Наконец, Тони сказал:
— Хорошо.
— Что «хорошо»?
— Хорошо, может, это был Фрай.
— Это был он.
— Как-то... каким образом... Бог знает как... но, может, он не умер от ран. Предположение, безусловно, наверное, но я не могу не учитывать и такой возможности.
— Как это смело с твоей стороны, — язвительно уколола его Хилари. Она еще не простила Тони и коготки держала выпущенными. Хилари вырвала руку из его руки и вошла в спальню. Тони направился вслед. Хилари вынула из шкафа чемодан, положила его на кровать и стала складывать вещи. Тони подошел к телефону, стоявшему на тумбочке, и снял трубку.
— Не работает. Он, должно быть, перерезал снаружи провода. Нужно позвонить от соседей.
— Я не звоню в полицию.
— Не волнуйся, — сказал Тони. — Все поменялось. Я повторю твой рассказ.

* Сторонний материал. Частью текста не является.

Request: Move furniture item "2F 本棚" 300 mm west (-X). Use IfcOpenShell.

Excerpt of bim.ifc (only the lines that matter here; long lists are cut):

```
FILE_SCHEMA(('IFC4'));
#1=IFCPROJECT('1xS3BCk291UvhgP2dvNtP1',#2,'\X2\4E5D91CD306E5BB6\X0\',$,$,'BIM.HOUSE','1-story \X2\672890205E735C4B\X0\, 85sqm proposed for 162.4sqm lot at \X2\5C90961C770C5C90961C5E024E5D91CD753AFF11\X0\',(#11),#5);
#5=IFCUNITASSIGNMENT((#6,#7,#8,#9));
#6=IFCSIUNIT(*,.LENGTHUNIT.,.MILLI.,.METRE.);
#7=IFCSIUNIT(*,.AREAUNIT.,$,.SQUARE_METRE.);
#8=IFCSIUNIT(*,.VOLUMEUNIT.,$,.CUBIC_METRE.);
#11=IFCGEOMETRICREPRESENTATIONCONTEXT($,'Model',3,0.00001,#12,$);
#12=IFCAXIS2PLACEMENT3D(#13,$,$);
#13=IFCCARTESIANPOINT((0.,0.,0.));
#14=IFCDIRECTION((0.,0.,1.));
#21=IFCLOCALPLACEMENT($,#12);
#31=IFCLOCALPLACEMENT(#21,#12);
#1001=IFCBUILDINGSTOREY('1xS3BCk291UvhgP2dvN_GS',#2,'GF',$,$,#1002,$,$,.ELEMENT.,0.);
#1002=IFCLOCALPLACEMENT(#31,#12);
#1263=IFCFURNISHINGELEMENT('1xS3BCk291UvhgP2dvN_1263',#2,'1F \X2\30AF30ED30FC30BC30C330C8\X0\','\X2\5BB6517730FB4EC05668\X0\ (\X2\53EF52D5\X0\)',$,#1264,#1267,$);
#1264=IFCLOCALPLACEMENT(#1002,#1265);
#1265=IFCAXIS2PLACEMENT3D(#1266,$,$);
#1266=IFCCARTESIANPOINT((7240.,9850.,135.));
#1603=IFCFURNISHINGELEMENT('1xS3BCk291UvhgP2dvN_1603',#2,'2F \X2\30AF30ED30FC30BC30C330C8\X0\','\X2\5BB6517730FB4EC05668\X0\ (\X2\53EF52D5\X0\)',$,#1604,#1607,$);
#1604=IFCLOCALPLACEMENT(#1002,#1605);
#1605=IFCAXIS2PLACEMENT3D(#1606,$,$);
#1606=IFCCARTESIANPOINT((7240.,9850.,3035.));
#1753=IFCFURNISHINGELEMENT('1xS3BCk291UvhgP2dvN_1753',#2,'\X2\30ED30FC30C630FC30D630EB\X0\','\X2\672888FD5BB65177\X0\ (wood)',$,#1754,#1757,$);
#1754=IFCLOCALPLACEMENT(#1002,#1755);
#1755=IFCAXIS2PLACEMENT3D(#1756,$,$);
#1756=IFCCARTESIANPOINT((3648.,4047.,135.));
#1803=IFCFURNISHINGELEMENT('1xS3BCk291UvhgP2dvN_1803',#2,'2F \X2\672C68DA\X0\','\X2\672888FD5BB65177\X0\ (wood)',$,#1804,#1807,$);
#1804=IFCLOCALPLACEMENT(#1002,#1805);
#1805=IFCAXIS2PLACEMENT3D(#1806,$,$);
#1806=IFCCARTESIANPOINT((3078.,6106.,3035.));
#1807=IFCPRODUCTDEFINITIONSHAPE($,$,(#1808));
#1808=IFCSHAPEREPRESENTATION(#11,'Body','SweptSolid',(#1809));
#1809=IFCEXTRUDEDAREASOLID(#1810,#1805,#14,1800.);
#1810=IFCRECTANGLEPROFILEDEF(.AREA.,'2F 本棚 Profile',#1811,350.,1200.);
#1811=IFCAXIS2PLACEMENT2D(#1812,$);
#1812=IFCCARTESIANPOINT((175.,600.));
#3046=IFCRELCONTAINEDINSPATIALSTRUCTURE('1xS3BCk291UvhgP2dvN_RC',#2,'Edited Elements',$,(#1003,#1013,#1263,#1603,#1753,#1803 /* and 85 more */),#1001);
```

```python
import ifcopenshell
import ifcopenshell.api.geometry
import ifcopenshell.util.placement

model = ifcopenshell.open("bim.ifc")

item = model.by_id(1803)
matrix = ifcopenshell.util.placement.get_local_placement(item.ObjectPlacement)
matrix[0, 3] -= 300.0
ifcopenshell.api.geometry.edit_object_placement(model, product=item, matrix=matrix, is_si=False)

print(ifcopenshell.util.placement.get_local_placement(item.ObjectPlacement).round(3) + 0.0)

model.write("bim_rev.ifc")
```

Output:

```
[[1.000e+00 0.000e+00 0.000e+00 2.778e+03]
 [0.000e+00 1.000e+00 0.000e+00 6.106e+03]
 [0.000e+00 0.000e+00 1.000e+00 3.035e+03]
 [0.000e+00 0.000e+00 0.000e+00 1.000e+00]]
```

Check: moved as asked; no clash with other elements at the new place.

— Уже поздно, — резко ответила Хилари.
— Что ты имеешь в виду?
Хилари молчала. Она рванула с плечиков блузку так, что вешалка сорвалась и стукнулась о дно шкафа.
Он сказал:
— Надеюсь, ты не собираешься нанимать частных сыщиков и жить в гостинице.
— Нет. Как раз наоборот, — сказала она, укладывая блузку в чемодан.
— Но я же сказал, что верю тебе.
— А я говорю, слишком поздно. Слишком поздно.
— Зачем ты упорствуешь?
Хилари ничего не отвечала. Она подошла к шкафу и начала вынимать белье.
— Послушай, — сказал Тони. — Я только высказал некоторые сомнения. Любой бы человек постарался в подобной ситуации. Окажись ты на моем месте, сделала бы тоже самое. Почему тебе ничего нельзя сказать?
Хилари вернулась с двумя юбками и укладывала их в чемодан. Она избегала взгляда Тони.
— Я доверяла тебе... во всем.
— Я ни в чем не оскорбил твое доверие.
— То, что было между нами, не важно?
Хилари молчала.
— Не хочешь ли ты мне сказать, что испытанное тобою — не телом, конечно, а сердцем и умом — самое обычное чувство, какое испытываешь с любым мужчиной?
Хилари приняла холодный неприступный вид. Она не поднимала глаз, возилась с чемоданом, запихивая в него вещи. Ее руки слегка дрожали.
— Да, а для меня это важно и необычно, — продолжал Тони, решивший добиться примирения. — Я нашел идеал. Это было лучше, чем я мог представить. Не одна чувствительность. Но слияние. В раздельности. Ни одна женщина еще не понимала меня так, как ты. Уходя вчера ночью, ты унесла часть моего существа, часть души, часть сердца, часть жизни. Отныне я не могу жить один, мне нужна ты. Так что не думай убежать от меня. Я не отпущу вас, моя леди.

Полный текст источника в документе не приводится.